I have a weird complex about asking people who I know are busy to do things for me. Which is a problem, because people I work with tend to be busy, and I tend to occasionally need them to do things for me. So I enter into a stupid mental block:
- I need to do x, but first I need to know y from Person A.
- Oh man, Person A has 18 things going on right now, and I hate to ask them for such a small thing.
- Maybe I’ll just check Twitter real quick.
- Oh shoot, I should really work on that thing I need to do.
- Oh right, I needed to ask Person A.
- Cycle begins again.
I do a lot of yak-shaving during this process, in addition to Twitter checking. I specifically seek out small things on my to-do list that I can do completely autonomously and I knock them the hell out, which is fine, and feels good, and is somewhat productive. But I still end up not having knocked out the thing I initially set out to do.

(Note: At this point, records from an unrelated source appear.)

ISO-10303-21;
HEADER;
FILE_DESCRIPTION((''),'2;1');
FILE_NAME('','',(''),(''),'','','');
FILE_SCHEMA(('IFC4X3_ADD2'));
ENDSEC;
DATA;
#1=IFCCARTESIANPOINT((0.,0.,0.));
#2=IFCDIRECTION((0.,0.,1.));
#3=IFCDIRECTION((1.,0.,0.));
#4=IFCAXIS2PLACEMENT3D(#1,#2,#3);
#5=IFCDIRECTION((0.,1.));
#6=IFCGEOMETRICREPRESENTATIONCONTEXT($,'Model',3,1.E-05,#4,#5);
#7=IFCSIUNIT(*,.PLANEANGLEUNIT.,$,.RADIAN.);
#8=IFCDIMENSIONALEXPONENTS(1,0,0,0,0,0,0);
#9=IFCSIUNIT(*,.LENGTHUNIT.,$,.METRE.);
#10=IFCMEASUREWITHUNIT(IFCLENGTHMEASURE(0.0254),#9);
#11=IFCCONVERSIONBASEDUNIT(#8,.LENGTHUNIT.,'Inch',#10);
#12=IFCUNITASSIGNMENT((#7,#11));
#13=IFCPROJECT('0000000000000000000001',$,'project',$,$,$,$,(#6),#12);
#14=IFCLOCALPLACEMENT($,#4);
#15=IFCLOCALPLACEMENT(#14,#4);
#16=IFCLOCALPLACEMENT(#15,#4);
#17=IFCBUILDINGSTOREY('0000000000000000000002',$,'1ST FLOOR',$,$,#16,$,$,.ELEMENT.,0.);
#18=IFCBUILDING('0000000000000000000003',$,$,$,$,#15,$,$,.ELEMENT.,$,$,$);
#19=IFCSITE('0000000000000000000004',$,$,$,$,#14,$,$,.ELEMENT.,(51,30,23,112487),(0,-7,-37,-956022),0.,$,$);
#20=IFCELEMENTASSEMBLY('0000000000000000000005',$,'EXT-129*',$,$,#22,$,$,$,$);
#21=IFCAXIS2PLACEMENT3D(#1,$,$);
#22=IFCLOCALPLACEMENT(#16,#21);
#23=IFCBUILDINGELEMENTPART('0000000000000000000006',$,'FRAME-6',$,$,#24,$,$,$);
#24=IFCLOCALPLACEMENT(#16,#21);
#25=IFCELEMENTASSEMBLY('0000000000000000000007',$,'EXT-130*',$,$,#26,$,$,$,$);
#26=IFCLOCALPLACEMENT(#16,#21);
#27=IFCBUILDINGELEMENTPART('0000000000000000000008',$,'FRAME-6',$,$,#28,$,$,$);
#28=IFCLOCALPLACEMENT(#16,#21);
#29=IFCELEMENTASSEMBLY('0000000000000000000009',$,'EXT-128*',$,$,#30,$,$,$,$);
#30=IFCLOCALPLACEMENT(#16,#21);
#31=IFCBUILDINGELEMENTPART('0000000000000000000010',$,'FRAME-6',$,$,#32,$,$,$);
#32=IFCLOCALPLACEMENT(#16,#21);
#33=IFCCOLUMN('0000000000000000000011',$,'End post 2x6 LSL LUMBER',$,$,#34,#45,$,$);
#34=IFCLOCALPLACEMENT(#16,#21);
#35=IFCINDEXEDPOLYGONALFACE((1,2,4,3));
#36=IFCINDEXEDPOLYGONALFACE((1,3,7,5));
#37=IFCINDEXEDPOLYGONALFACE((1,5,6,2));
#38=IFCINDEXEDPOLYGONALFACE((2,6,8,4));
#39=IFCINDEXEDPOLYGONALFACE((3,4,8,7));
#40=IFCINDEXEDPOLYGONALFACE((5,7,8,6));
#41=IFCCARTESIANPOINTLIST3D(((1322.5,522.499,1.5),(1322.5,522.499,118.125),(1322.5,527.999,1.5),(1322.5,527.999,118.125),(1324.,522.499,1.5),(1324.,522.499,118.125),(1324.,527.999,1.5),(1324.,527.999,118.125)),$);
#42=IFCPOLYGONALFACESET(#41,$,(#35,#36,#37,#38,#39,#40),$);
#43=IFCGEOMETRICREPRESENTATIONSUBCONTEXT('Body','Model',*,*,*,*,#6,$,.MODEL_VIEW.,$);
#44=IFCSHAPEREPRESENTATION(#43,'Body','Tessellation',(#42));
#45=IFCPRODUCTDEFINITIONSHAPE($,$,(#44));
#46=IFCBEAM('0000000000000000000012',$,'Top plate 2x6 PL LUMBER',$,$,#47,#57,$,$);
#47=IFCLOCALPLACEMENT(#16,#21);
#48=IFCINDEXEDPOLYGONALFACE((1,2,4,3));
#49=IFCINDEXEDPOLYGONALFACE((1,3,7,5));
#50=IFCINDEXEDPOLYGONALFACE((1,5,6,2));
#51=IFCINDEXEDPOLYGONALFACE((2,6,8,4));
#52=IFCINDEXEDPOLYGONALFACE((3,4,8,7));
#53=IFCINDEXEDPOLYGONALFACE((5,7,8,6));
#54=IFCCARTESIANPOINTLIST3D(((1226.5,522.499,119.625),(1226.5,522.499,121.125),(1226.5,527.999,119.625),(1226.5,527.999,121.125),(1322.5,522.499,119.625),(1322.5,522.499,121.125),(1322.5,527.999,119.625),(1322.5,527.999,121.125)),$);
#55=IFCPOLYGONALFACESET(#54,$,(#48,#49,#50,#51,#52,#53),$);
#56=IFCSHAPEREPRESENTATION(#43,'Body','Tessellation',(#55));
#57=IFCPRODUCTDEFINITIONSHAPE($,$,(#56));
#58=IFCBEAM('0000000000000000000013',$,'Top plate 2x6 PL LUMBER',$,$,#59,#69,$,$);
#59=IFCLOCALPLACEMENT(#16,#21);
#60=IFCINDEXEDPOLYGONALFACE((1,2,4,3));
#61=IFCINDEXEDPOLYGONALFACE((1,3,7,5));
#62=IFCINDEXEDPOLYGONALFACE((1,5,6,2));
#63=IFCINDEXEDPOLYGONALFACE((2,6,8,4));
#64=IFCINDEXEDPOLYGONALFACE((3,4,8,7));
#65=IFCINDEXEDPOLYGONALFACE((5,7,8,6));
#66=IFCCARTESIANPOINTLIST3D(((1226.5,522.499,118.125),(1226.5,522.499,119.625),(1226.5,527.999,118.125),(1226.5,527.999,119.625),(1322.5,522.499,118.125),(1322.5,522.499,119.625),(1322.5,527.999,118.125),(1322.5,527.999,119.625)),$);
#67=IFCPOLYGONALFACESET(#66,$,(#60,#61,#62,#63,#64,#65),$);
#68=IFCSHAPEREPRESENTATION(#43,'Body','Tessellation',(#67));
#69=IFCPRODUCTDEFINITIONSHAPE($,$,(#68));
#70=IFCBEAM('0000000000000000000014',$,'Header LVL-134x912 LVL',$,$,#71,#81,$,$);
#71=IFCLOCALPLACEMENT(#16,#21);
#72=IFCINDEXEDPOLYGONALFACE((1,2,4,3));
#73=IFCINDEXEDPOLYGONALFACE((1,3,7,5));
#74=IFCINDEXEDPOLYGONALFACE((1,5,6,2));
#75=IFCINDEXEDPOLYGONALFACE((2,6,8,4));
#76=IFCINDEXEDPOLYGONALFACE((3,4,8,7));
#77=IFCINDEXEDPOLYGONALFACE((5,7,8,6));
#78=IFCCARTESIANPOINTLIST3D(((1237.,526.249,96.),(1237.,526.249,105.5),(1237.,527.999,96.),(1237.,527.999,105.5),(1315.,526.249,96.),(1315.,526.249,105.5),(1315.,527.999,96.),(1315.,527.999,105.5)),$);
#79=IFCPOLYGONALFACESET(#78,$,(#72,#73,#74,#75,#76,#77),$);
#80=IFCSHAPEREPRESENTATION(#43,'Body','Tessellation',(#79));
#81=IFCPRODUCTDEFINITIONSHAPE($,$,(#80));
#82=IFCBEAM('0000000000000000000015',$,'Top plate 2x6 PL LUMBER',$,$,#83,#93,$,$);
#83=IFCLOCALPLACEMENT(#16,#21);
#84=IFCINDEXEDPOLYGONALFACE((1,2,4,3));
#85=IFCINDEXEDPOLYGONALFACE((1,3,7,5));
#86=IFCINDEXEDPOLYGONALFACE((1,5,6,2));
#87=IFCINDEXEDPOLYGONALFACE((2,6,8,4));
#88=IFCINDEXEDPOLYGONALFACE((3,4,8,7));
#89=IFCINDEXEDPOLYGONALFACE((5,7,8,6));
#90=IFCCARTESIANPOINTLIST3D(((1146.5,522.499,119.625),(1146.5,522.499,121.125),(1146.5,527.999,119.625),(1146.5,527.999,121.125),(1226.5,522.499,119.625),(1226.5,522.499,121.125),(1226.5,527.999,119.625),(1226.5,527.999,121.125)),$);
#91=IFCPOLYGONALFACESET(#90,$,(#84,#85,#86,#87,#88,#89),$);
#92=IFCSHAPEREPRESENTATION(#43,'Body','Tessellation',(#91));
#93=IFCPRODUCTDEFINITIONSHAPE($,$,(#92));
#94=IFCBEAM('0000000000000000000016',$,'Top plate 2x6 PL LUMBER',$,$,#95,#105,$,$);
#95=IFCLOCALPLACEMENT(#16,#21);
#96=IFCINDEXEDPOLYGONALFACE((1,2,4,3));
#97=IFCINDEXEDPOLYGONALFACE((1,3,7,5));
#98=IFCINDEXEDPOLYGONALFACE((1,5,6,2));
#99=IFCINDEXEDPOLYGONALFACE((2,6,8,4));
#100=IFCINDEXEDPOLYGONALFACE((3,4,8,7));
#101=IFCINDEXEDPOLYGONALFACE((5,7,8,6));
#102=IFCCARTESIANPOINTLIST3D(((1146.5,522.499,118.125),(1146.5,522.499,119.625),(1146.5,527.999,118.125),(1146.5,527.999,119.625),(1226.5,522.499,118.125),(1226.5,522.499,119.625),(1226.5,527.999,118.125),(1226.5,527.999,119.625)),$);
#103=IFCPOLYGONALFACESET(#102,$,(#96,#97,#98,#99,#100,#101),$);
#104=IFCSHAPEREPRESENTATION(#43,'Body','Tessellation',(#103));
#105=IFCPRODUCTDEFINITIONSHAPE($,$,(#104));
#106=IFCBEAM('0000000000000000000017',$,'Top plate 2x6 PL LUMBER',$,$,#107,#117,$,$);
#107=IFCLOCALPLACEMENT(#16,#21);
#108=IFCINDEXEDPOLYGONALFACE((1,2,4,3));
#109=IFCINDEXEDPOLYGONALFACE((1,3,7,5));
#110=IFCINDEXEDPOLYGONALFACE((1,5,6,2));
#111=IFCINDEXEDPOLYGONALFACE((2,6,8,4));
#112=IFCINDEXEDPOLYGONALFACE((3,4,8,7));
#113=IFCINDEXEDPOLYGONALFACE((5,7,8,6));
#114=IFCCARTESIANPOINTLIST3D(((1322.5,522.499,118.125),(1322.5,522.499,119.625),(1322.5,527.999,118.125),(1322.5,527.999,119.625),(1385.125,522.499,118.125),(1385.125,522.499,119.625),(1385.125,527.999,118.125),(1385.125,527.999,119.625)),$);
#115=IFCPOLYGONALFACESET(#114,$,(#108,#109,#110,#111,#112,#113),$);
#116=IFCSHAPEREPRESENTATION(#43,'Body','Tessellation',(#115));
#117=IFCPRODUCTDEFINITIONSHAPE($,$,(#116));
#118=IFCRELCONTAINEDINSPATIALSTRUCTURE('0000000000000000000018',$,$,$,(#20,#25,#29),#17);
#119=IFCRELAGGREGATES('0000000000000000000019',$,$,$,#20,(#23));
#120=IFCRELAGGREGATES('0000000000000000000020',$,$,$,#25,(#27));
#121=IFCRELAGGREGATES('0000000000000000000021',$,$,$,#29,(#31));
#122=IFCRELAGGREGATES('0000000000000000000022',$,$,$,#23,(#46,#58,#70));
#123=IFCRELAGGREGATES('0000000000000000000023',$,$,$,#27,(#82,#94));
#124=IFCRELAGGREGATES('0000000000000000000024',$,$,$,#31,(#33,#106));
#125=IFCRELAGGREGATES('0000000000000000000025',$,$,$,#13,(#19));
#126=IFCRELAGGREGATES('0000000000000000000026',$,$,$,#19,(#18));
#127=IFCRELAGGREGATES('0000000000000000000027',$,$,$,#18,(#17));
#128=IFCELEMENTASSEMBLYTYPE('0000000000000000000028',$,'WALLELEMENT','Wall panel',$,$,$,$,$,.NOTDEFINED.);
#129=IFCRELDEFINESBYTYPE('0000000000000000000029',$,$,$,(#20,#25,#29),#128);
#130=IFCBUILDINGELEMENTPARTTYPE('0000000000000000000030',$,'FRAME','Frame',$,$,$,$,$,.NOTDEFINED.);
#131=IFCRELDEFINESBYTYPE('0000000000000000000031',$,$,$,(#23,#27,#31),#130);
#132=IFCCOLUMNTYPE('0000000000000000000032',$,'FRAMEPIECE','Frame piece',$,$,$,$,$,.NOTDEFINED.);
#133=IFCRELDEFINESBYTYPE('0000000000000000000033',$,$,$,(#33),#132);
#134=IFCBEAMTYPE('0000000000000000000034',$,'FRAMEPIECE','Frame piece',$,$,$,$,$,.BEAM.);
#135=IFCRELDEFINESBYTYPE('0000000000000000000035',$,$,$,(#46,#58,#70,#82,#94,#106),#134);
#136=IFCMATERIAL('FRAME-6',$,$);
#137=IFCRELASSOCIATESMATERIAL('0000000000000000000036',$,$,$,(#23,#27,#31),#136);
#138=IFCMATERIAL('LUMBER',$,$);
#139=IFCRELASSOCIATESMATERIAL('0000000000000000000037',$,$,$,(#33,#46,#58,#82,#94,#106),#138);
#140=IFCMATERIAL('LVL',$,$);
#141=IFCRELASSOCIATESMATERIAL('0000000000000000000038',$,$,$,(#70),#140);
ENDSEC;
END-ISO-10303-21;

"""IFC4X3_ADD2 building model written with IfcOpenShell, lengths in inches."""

from ifc_helpers import new_model, entity, si_unit, converted_unit, direction, frame, origin_with_axes, origin_2d_with_axis, place, context, subcontext, project, spatial, rectangle, extrude, material, type_object, element, aggregate, save


model = new_model("IFC4X3_ADD2")

# Units and contexts
model_context = context("Model", 3, precision=1e-05, world=origin_with_axes(), true_north=direction((0.0, 1.0)))
body_context = subcontext(model_context, "Body", "Model", "MODEL_VIEW")
ifc_project = project(units=[si_unit("PLANEANGLEUNIT", "RADIAN"), converted_unit("LENGTHUNIT", "Inch", entity("IfcLengthMeasure", 0.0254), si_unit("LENGTHUNIT", "METRE"), dimensions=[1, 0, 0, 0, 0, 0, 0])], contexts=[model_context])

# Site, building, storey
site_placement = place(None, origin_with_axes())
site = spatial("IfcSite", under=ifc_project, at=site_placement, CompositionType="ELEMENT", RefLatitude=(51, 30, 23, 112487), RefLongitude=(0, -7, -37, -956022), RefElevation=0.0)
building_placement = place(site_placement, origin_with_axes())
building = spatial("IfcBuilding", under=site, at=building_placement, CompositionType="ELEMENT")
storey_placement = place(building_placement, origin_with_axes())
storey = spatial("IfcBuildingStorey", under=building, at=storey_placement, Name="1ST FLOOR", CompositionType="ELEMENT", Elevation=0.0)

# Element assemblies, building element parts, column
element_assembly_type = type_object("IfcElementAssemblyType", Name="WALLELEMENT", Description="Wall panel", PredefinedType="NOTDEFINED")
assembly_1_placement = place(storey_placement, origin_with_axes())
assembly_1 = element("IfcElementAssembly", 1, at=assembly_1_placement, inside=storey, type_object=element_assembly_type, Name="EXT-129*")
ifc_material_1 = material(Name="FRAME-6")
building_element_part_type = type_object("IfcBuildingElementPartType", Name="FRAME", Description="Frame", PredefinedType="NOTDEFINED")
building_element_part_1_placement = place(storey_placement, origin_with_axes())
building_element_part_1 = element("IfcBuildingElementPart", 2, at=building_element_part_1_placement, type_object=building_element_part_type, material=ifc_material_1, Name="FRAME-6")
aggregate(assembly_1, [building_element_part_1])
ifc_material_2 = material(Name="LUMBER")
column_type = type_object("IfcColumnType", Name="FRAMEPIECE", Description="Frame piece", PredefinedType="NOTDEFINED")
assembly_2_placement = place(storey_placement, origin_with_axes())
assembly_2 = element("IfcElementAssembly", 3, at=assembly_2_placement, inside=storey, type_object=element_assembly_type, Name="EXT-130*")
building_element_part_2_placement = place(storey_placement, origin_with_axes())
building_element_part_2 = element("IfcBuildingElementPart", 4, at=building_element_part_2_placement, type_object=building_element_part_type, material=ifc_material_1, Name="FRAME-6")
aggregate(assembly_2, [building_element_part_2])
assembly_3_placement = place(storey_placement, origin_with_axes())
assembly_3 = element("IfcElementAssembly", 5, at=assembly_3_placement, inside=storey, type_object=element_assembly_type, Name="EXT-128*")
building_element_part_3_placement = place(storey_placement, origin_with_axes())
building_element_part_3 = element("IfcBuildingElementPart", 6, at=building_element_part_3_placement, type_object=building_element_part_type, material=ifc_material_1, Name="FRAME-6")
aggregate(assembly_3, [building_element_part_3])
column_1_placement = place(storey_placement, frame((1323.25, 525.249, 118.125), z_axis=(0.0, 0.0, -1.0), x_axis=(1.0, 0.0, 0.0)))
column_1 = element("IfcColumn", 7, at=column_1_placement, type_object=column_type, material=ifc_material_2, Name="End post 2x6 LSL LUMBER", context=body_context, shape_type="SweptSolid", body=[
    extrude(rectangle(XDim=1.5, YDim=5.5, at=origin_2d_with_axis()), origin_with_axes(), (0.0, 0.0, 1.0), 116.625),
])
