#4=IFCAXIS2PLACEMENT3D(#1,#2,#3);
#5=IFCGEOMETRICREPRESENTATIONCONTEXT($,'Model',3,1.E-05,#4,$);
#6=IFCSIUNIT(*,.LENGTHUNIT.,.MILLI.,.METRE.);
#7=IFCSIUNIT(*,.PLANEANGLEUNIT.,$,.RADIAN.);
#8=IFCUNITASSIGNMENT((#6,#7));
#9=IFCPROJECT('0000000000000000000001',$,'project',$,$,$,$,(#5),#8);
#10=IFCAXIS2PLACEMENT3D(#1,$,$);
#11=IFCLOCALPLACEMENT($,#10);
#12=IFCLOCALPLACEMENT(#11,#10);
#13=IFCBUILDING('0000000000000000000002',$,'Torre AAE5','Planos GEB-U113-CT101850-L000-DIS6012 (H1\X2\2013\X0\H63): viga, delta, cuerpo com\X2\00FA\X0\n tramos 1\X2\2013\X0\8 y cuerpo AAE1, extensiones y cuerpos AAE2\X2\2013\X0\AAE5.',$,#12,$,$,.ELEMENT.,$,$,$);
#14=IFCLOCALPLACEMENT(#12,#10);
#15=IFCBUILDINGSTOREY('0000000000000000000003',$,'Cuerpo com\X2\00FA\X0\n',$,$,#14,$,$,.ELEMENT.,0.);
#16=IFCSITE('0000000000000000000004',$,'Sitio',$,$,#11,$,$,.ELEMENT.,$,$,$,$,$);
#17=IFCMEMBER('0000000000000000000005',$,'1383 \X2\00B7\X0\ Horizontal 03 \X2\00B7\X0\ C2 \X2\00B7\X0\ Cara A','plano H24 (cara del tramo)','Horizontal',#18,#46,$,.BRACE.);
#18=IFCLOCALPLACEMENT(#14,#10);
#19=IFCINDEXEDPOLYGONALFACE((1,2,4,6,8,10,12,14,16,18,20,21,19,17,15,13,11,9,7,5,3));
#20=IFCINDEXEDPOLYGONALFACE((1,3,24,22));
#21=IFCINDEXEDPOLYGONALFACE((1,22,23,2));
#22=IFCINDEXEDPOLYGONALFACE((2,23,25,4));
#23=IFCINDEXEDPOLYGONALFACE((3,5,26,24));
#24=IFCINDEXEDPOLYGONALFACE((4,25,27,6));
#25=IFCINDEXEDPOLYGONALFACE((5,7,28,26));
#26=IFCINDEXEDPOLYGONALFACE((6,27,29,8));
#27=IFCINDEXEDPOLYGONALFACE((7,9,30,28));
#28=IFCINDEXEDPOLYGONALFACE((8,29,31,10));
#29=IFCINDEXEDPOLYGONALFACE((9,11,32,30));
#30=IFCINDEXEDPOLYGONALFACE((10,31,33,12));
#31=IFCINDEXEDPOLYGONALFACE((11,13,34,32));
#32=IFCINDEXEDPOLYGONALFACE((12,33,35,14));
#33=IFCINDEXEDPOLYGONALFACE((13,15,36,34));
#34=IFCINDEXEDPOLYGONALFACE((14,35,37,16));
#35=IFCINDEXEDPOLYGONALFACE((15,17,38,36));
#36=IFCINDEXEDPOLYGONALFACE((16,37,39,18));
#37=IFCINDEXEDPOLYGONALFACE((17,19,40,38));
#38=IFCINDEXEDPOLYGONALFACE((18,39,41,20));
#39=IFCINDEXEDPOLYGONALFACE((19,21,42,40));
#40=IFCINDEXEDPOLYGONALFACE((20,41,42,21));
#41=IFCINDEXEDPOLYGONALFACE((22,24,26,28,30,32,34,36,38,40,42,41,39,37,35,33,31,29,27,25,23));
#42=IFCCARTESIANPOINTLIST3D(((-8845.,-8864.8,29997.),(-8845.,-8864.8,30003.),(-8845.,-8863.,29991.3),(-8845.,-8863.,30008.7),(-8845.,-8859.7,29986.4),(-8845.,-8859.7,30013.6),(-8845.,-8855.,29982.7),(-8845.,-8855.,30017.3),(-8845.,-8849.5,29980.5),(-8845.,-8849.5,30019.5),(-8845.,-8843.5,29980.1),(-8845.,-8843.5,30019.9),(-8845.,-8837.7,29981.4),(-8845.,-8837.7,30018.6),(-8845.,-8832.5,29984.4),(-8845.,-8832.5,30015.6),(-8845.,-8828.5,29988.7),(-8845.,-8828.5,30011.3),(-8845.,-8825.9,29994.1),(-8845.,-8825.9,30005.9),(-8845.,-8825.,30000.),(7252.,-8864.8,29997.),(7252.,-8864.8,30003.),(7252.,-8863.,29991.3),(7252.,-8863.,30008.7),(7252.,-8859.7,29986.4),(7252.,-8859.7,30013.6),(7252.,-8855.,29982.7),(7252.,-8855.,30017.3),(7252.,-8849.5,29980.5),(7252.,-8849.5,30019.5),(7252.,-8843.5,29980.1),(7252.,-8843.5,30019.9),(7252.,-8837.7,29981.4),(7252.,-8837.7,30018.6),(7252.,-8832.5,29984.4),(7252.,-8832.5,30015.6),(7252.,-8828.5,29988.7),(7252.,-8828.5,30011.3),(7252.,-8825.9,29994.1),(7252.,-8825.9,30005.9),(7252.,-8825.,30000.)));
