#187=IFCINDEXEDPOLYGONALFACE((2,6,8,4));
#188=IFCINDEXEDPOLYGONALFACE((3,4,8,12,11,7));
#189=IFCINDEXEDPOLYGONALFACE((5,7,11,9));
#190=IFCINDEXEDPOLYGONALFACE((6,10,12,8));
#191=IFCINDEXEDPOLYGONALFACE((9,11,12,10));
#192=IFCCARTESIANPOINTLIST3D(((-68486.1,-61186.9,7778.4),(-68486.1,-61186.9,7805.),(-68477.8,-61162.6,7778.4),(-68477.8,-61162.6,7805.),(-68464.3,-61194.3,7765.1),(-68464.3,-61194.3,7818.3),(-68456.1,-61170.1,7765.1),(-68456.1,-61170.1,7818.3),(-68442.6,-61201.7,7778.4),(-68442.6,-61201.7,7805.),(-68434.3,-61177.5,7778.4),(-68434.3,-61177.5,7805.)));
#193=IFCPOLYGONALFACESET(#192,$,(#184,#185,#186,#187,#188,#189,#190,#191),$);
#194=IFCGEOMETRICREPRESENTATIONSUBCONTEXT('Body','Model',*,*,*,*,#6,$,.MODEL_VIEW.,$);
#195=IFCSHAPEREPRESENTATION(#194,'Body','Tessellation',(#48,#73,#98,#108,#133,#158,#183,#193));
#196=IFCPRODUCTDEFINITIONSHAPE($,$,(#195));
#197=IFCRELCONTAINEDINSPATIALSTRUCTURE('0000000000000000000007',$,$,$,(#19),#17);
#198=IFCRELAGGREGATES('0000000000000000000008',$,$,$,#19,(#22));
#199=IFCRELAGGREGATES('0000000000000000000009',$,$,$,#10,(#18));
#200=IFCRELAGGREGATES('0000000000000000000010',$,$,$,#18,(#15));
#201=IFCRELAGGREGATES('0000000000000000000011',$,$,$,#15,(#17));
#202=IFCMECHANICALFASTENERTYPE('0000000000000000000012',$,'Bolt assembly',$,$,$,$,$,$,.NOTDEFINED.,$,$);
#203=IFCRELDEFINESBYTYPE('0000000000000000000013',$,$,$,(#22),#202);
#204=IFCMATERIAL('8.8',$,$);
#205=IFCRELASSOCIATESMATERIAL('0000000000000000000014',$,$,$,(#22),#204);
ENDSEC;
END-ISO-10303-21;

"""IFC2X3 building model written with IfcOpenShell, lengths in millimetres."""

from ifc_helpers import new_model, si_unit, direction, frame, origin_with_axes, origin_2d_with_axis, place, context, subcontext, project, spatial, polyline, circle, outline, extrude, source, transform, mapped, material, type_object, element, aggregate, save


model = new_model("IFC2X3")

THIS IS SUCH A STUPID WORKFLOW.
Eventually I ask Person A for what I need, and they never give me any indication that I am a bother, or that they mind giving me the information I need. Sometimes it does take them some amount of time to get back to me, but hello, they are a busy person, which is why I entered my Cycle of Stupid in the first place, so that’s reasonable. And just think, if I had nixed my weird fear of asking them earlier, I would have gotten a response earlier and would have finished my part of the project earlier.
To be clear, this is not like a weeks-long, or even days-long, cycle. Usually the span of an hour or a morning at the most. But why is it that I feel so unworthy of asking someone to do a thing I need them to do?!?
You know that saying, “If you want something done, ask a busy person”? I really think it’s true. When I have more to do, I focus more on doing it efficiently and I get much more accomplished. When I ask a busy person for something, especially if it is small in the scheme of their day, it’s probably satisfying for them to be able to cross it off. It is a viable thing for me to ask for help, or information, or input! I am a viable member of a team! No one will hate me for asking!
…so basically I need to get over it.
Today a co-worker asked me to do something, and it was so not a big deal for me to do it, but when I told her it was done she said it felt like Christmas. How gratifying is that?! I didn’t think anything of her asking me to do it, I did it, it was no skin off my back, and it made her day. That’s my object lesson to remind myself that I’m allowed to ask for things, even if I know the person is busy.
Anyone else have a mental block that they know to be unproductive? What’s your approach when you need help or input on a project?